I toss them about as far out as I can throw them (2nd floor balcony should help add distance ). Usually they make it about 20 - 30 yards, which fortunately for me, is into a nice little wooded patch. If there is any sort of landscaping/wooded area close enough to toss too? If so, I would aim for that :tu

Another suggestion may be to get yourself a 'Stinky', thus making the need to dispose of butts a more infrequent event.


----------



## taltos (Feb 28, 2006)

I keep a coffee can with cover in my smoking area on the deck. When I dump my ashtray, I dump it into the coffee can and replace the cover. On trash day, I dump the coffee can into a plastic grocery bag and toss it with the rest of the trash. No smell and no mess.:tu


----------



## hardcz (Aug 1, 2007)

Get the Stinky Herf Ed.... I did.... 3 gallons...holy crap! Though seriously you should be able to throw them...and if she complains..toss them just out of her patio...it's a leaf, she can't complain about that...no additives or anything.


----------



## rwhit37 (Mar 3, 2008)

Tenor CS said:


> My downstairs neighbor would kill me. She's already made a fuss about the occasional clipped cap that falls over the edge and lands on her patio. In the OP, I neglected to mention that I live on the 2nd floor.


You need to please her then:tu


----------



## Darrell (Aug 12, 2007)

I wait until they're cool and throw them in the bushes.


----------



## robofan (Jun 7, 2008)

I throw mine in the yard debris recycle container. They are leaves after all.


----------



## Tenor CS (May 1, 2008)

chippewastud79 said:


> Is there is any sort of landscaping/wooded area close enough to toss too? If so, I would aim for that :tu


Yup, there sure is. Here's the view from the balcony. I just need to make sure they're completely out, as we live smack dab in the middle of wildfire territory.


----------



## NCRadioMan (Feb 28, 2005)

Now that's a great view to smoke a cigar. :tu


----------



## ucla695 (Jun 27, 2006)

I find that empty Gatorade bottles work the best. It might be a little environmetally unfriendly, but, hey, it does the trick. :ss


----------



## epyon26 (Dec 16, 2007)

Tenor CS said:


> Yup, there sure is. Here's the view from the balcony.

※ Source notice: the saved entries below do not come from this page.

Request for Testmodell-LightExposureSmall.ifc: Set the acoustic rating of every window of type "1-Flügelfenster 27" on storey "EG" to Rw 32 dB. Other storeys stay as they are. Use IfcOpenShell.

First a look at what the model holds.

```python
import ifcopenshell
import ifcopenshell.util.element

model = ifcopenshell.open("Testmodell-LightExposureSmall.ifc")
print(model.schema)
storey = next(s for s in model.by_type("IfcBuildingStorey") if s.Name == "EG")
windows = [e for e in ifcopenshell.util.element.get_decomposition(storey) if e.is_a("IfcWindow")]
seen = {}
for e in windows:
    element_type = ifcopenshell.util.element.get_type(e)
    key = (element_type.Name if element_type != e and element_type else None, ifcopenshell.util.element.get_pset(e, "Pset_WindowCommon", "AcousticRating"))
    seen[key] = seen.get(key, 0) + 1
for (name, value), count in sorted(seen.items(), key=str):
    print(count, "x", name, "|", value)
```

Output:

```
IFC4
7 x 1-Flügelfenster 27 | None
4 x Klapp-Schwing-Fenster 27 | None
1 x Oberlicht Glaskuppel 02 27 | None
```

```python
import ifcopenshell
import ifcopenshell.api.pset
import ifcopenshell.util.element

model = ifcopenshell.open("Testmodell-LightExposureSmall.ifc")

storey = next(s for s in model.by_type("IfcBuildingStorey") if s.Name == "EG")
windows = [e for e in ifcopenshell.util.element.get_decomposition(storey) if e.is_a("IfcWindow")]

count = 0
for e in windows:
    element_type = ifcopenshell.util.element.get_type(e)
    if element_type in (None, e) or element_type.Name != "1-Flügelfenster 27":
        continue
    # add_pset returns the element's existing set when there is one.
    pset = ifcopenshell.api.pset.add_pset(model, product=e, name="Pset_WindowCommon")
    ifcopenshell.api.pset.edit_pset(model, pset=pset, properties={"AcousticRating": "Rw 32 dB"})
    count += 1

print(count, "windows updated")

model.write("Testmodell-LightExposureSmall_updated.ifc")
```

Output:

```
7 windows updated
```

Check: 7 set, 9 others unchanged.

I just need to make sure they're completely out, as we live smack dab in the middle of wildfire territory.


 tell me about it, I got caught down there in 98 when thay shutdown I-95.


----------



## neoflex (Jan 3, 2006)

Mine usually end up as lawn food or in the fire pit which the latter does not help you at all. Great view by the way! If I were you I would probably invest in a Stinky or some other large ashtray and let a bunch collect and than find someplace to dump them whether it's the dumpster, trash can etc.


----------



## chippewastud79 (Sep 18, 2007)

Tenor CS said:


> Yup, there sure is. Here's the view from the balcony. I just need to make sure they're completely out, as we live smack dab in the middle of wildfire territory.


 I always dump a little water from a bottle or cup on the butts just to be sure :tu


----------



## TheRealBonger (Sep 7, 2007)

I have an empty flower pot that i put my butts in. I live on a 2nd floor apartment. it takes some time to fill it up, and when I do i just dump it in my trash when i am taking the trash out.:ss


----------



## O-Danger (Apr 26, 2008)

Fortunate for me I have an outdoor fireplace which is usually ablaze when I am smoking so i add the oil to the fire:tu


----------



## BigVito (Jan 1, 2000)

----------------
Now playing: Alan Jackson - Designated Drinker
via FoxyTunes


----------



## huero71 (May 4, 2008)

robofan said:


> I throw mine in the yard debris recycle container. They are leaves after all.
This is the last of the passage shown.